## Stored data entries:
[Start of section]

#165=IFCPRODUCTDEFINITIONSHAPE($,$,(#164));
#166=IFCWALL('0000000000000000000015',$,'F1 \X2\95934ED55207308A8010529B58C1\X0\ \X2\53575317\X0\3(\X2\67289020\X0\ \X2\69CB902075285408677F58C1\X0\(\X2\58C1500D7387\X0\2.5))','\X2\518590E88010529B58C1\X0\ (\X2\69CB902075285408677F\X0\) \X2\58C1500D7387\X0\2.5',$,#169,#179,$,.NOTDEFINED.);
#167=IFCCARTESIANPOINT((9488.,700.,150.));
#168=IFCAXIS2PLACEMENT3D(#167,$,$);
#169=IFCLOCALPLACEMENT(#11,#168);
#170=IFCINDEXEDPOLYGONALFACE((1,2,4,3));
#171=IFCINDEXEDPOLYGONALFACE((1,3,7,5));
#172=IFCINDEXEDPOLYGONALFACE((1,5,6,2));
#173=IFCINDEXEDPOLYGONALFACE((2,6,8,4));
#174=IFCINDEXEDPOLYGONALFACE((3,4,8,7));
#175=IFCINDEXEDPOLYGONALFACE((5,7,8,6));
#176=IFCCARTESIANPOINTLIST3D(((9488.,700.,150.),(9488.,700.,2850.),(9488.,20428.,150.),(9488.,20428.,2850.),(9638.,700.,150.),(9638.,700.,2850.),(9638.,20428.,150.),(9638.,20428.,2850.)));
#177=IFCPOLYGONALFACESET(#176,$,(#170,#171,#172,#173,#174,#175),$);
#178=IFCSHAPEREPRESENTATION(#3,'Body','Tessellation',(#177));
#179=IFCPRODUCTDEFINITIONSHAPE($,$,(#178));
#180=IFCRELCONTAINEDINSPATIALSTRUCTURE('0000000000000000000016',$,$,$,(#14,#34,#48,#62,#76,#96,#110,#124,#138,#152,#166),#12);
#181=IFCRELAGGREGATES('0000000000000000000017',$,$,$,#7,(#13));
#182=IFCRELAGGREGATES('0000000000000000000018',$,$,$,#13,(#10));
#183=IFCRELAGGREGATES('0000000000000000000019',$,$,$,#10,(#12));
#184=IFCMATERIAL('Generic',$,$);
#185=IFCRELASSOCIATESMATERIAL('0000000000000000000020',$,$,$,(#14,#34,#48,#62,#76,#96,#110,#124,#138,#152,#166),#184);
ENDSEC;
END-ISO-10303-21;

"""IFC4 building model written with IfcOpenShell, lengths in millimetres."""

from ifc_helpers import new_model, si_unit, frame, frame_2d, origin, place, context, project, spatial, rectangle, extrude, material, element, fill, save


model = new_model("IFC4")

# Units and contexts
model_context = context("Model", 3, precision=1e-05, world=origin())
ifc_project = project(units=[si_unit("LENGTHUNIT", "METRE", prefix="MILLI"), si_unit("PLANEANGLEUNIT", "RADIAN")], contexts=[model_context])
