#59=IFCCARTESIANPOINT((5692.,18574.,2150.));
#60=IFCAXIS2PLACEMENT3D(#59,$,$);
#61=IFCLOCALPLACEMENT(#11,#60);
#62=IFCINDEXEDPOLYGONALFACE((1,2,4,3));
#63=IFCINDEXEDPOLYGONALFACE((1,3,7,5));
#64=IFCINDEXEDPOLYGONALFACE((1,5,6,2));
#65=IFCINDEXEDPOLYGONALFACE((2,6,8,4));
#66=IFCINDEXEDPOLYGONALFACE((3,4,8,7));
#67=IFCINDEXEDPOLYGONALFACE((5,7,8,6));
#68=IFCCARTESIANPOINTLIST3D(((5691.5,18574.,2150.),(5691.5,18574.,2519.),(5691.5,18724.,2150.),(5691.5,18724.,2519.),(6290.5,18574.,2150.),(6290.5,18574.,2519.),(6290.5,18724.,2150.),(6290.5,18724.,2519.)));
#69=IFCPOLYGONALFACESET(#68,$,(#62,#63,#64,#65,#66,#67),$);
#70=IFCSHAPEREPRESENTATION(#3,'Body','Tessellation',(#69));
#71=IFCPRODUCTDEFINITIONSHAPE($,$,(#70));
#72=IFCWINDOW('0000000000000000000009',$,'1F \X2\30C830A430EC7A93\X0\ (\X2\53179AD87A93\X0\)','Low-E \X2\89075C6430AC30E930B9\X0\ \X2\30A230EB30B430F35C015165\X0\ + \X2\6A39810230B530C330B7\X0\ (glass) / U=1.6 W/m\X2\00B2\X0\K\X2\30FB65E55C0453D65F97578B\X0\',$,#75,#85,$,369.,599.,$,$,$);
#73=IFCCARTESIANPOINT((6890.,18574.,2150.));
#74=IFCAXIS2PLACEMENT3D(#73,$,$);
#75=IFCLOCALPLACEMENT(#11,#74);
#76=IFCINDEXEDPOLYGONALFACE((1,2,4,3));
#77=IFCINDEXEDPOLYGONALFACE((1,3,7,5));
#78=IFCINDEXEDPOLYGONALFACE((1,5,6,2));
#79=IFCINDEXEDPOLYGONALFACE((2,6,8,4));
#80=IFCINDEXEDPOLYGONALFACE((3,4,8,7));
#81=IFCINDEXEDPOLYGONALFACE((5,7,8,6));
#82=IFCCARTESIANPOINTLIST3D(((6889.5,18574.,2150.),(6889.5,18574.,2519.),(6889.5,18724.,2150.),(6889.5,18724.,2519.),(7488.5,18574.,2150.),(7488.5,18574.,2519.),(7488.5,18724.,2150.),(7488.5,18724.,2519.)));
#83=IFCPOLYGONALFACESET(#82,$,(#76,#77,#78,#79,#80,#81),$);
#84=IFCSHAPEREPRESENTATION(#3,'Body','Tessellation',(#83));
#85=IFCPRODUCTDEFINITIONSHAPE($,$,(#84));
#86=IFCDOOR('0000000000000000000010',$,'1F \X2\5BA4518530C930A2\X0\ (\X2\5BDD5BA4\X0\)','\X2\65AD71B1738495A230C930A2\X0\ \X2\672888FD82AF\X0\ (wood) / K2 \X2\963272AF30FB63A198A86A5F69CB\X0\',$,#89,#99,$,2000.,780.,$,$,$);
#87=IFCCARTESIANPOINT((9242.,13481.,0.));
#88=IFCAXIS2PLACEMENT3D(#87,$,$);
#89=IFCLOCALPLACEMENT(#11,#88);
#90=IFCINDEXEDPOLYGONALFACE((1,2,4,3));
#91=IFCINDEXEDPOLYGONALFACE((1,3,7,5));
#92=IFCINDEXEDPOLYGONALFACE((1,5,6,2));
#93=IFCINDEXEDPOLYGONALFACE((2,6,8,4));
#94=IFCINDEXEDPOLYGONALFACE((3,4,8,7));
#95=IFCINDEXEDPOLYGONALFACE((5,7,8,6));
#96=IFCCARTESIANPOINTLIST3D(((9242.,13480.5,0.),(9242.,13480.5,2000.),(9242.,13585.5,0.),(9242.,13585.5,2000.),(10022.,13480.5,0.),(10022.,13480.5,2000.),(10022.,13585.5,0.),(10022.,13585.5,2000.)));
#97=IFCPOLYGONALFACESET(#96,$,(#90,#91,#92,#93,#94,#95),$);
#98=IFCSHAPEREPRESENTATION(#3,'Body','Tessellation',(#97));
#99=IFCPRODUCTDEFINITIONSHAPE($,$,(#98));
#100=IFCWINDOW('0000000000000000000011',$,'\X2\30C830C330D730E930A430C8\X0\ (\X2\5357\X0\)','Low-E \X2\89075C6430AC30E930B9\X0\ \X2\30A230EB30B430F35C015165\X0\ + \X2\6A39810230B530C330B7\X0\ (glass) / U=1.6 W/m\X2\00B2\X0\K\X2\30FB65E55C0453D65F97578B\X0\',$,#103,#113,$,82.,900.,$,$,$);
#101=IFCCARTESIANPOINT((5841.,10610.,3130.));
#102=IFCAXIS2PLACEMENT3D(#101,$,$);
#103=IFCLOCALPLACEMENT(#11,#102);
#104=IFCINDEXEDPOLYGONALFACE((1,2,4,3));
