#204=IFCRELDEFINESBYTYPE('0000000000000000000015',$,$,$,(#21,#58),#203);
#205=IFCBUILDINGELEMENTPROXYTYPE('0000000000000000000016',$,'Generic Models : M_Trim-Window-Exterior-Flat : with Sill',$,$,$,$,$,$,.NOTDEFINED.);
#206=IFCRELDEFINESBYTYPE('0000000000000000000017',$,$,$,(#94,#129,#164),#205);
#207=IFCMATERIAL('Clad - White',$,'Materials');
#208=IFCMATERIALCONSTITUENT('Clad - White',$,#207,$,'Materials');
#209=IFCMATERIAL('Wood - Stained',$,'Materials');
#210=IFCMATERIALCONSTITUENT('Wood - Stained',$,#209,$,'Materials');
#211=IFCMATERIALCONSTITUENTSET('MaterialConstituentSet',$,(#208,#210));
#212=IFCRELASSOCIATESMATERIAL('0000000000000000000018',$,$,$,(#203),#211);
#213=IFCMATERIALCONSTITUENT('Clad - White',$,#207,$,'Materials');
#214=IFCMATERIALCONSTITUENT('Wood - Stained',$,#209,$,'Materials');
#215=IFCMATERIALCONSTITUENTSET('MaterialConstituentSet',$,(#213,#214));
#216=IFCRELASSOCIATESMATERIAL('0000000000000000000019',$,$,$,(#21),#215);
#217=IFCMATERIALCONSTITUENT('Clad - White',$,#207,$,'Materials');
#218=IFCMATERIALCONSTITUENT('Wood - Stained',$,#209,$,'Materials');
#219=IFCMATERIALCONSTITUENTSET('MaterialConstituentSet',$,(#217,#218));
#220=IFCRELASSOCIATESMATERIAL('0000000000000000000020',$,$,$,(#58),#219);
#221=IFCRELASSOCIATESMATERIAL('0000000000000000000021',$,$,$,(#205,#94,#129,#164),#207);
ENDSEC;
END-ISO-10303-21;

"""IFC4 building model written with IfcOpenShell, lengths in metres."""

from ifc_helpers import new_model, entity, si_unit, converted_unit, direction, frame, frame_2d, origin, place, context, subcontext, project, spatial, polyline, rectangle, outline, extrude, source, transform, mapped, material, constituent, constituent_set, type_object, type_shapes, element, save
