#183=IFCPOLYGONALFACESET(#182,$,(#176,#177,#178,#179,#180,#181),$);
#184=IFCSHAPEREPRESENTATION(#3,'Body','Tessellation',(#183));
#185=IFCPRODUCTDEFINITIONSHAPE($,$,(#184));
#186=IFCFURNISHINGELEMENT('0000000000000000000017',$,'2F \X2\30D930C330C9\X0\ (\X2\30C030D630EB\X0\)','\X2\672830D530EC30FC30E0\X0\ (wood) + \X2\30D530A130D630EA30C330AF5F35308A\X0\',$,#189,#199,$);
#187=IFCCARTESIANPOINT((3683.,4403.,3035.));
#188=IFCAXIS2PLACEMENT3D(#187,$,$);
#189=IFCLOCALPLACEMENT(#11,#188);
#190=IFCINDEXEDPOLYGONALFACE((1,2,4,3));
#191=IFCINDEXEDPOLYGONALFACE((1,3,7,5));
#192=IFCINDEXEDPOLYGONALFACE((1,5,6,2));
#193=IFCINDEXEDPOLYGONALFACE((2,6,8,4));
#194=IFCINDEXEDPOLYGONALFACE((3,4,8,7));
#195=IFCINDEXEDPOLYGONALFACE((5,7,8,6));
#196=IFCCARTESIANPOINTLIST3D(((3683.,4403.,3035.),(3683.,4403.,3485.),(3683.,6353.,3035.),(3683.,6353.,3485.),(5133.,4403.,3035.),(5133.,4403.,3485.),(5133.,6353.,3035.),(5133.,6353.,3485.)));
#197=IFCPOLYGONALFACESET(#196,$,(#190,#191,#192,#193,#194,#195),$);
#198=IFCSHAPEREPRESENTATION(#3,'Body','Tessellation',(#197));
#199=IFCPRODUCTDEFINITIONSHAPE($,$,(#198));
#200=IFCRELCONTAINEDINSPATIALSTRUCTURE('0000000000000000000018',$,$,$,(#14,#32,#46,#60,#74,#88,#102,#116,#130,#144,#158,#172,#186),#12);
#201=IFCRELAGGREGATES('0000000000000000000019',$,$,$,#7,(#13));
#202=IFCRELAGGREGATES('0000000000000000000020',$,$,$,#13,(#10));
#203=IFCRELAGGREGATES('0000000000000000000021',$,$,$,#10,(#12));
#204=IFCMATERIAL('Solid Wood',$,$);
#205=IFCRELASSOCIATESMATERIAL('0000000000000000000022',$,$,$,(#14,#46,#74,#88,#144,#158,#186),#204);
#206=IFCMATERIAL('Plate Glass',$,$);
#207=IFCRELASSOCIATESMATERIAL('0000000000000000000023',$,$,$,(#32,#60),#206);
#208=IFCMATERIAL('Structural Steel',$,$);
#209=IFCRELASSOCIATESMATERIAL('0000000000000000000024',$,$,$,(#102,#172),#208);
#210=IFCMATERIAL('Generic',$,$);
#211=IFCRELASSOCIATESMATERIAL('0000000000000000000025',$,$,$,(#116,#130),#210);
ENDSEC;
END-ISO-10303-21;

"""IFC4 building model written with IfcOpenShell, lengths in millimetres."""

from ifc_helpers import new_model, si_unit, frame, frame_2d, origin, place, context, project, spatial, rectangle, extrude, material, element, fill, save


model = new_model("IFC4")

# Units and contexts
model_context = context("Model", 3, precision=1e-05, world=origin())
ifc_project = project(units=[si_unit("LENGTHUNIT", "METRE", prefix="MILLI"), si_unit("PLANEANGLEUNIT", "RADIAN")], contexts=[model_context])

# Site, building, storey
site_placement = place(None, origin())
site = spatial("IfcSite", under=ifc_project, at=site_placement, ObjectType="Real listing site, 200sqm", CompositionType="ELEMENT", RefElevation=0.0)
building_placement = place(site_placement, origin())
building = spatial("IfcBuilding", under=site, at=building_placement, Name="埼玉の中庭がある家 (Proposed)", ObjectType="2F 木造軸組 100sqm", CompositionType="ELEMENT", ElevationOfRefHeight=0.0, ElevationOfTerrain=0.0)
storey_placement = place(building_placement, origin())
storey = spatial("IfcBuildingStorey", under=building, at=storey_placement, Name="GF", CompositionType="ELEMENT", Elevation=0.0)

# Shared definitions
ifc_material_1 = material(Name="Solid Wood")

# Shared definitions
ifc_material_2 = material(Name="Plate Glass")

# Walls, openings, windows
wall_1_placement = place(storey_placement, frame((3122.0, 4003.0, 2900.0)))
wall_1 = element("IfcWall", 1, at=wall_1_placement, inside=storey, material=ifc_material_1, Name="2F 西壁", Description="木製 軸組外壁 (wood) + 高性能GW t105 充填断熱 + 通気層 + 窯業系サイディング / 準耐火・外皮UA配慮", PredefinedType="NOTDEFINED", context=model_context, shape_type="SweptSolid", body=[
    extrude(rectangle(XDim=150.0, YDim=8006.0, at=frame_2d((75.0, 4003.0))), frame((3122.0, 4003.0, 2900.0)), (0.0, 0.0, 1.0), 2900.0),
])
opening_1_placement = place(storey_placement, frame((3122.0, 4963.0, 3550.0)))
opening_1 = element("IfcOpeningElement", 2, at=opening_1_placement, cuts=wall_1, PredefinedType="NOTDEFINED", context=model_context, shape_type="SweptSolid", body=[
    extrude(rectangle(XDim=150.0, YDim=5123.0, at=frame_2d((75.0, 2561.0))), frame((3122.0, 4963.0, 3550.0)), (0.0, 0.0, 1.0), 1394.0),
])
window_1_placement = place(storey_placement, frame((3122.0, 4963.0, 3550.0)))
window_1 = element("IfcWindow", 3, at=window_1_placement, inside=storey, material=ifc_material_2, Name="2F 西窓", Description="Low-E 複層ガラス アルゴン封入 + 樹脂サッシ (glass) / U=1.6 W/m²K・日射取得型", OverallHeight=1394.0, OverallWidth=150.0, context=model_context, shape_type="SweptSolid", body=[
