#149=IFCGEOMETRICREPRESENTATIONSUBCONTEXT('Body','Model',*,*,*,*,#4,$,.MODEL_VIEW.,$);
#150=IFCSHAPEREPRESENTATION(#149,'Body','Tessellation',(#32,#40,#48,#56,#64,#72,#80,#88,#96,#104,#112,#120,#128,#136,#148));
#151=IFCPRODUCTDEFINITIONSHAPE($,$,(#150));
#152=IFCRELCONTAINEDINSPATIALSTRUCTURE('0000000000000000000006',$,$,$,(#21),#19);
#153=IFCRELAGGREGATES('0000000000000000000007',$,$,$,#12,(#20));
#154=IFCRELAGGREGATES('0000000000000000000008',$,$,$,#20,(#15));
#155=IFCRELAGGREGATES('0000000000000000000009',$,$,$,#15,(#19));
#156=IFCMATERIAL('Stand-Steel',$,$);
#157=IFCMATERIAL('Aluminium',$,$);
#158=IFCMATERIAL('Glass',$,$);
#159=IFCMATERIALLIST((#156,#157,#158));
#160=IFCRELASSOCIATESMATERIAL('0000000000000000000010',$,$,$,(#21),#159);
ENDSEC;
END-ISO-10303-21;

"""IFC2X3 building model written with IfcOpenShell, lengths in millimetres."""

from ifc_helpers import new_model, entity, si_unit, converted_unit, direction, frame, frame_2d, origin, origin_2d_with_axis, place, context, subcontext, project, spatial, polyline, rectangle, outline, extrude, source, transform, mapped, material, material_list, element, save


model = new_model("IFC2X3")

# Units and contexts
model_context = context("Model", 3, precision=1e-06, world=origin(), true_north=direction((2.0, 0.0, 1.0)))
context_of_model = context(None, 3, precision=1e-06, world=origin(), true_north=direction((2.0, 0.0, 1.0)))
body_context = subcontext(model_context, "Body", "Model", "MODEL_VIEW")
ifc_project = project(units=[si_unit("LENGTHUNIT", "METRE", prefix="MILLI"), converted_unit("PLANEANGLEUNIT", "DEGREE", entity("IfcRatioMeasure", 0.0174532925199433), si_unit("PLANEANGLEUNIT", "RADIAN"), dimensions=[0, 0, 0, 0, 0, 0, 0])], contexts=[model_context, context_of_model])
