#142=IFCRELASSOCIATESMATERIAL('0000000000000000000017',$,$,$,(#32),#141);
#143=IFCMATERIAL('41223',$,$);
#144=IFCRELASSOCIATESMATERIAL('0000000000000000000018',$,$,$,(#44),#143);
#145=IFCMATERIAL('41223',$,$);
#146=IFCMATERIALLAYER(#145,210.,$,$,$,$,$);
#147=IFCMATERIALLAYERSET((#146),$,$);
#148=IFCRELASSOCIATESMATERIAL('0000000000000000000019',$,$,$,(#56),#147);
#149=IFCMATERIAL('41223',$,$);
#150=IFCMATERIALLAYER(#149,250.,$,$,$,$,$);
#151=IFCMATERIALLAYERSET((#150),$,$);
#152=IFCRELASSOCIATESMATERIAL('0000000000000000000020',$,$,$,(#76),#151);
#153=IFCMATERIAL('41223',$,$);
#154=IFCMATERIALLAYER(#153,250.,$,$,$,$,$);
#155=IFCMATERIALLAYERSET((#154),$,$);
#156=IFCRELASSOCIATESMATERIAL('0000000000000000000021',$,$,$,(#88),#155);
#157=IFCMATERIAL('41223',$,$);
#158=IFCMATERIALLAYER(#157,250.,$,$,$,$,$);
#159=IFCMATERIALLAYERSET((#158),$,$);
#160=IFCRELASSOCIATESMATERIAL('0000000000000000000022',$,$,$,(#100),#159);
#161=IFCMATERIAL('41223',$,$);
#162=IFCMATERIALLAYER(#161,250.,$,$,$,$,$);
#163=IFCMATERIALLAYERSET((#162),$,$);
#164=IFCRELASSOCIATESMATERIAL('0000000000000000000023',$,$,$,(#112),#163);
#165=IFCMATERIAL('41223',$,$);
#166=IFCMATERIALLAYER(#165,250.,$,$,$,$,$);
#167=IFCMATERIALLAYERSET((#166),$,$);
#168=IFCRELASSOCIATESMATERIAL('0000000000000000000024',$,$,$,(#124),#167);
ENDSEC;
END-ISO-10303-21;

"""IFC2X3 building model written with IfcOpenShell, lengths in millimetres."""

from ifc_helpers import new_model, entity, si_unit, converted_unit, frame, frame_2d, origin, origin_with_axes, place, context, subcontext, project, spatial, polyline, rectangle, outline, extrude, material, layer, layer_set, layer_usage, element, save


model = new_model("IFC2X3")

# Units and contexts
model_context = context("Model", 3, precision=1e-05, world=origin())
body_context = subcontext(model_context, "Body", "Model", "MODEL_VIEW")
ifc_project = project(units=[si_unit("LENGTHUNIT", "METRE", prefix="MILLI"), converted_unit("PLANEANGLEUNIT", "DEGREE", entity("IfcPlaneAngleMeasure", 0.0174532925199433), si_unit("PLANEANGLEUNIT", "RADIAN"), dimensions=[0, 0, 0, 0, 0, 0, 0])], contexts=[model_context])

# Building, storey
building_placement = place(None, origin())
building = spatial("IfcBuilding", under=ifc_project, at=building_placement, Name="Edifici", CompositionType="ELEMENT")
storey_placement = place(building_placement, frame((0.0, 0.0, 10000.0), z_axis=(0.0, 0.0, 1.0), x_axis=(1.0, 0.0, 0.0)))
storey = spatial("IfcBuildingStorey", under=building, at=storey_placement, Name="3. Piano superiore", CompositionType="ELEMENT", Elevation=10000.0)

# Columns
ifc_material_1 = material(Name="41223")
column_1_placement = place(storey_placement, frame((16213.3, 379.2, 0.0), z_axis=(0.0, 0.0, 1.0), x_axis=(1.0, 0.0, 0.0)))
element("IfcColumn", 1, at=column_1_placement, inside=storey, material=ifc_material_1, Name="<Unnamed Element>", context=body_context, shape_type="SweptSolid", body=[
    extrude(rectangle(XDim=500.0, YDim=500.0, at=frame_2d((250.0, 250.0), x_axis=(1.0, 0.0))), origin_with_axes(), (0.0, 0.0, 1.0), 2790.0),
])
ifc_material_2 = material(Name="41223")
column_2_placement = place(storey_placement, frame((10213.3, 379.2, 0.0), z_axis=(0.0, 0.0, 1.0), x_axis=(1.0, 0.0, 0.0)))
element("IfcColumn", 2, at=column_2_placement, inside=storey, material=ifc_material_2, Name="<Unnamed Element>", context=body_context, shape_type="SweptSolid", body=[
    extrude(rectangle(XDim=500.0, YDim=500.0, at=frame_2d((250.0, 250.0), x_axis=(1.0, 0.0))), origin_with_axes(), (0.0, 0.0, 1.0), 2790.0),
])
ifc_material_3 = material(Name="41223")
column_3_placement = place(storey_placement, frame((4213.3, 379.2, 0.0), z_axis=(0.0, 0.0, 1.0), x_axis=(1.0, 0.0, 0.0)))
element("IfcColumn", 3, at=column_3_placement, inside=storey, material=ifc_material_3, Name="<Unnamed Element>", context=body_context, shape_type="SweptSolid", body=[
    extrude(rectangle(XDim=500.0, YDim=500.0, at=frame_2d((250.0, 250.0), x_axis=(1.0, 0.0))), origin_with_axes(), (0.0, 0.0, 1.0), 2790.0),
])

[End of section]

## EXERCISE PROMPT:
The lines that contain the word "Plate" are wanted; copy each of them from the records.

## TASK OUTPUT:
#206=IFCMATERIAL('Plate Glass',$,$);
ifc_material_2 = material(Name="Plate Glass")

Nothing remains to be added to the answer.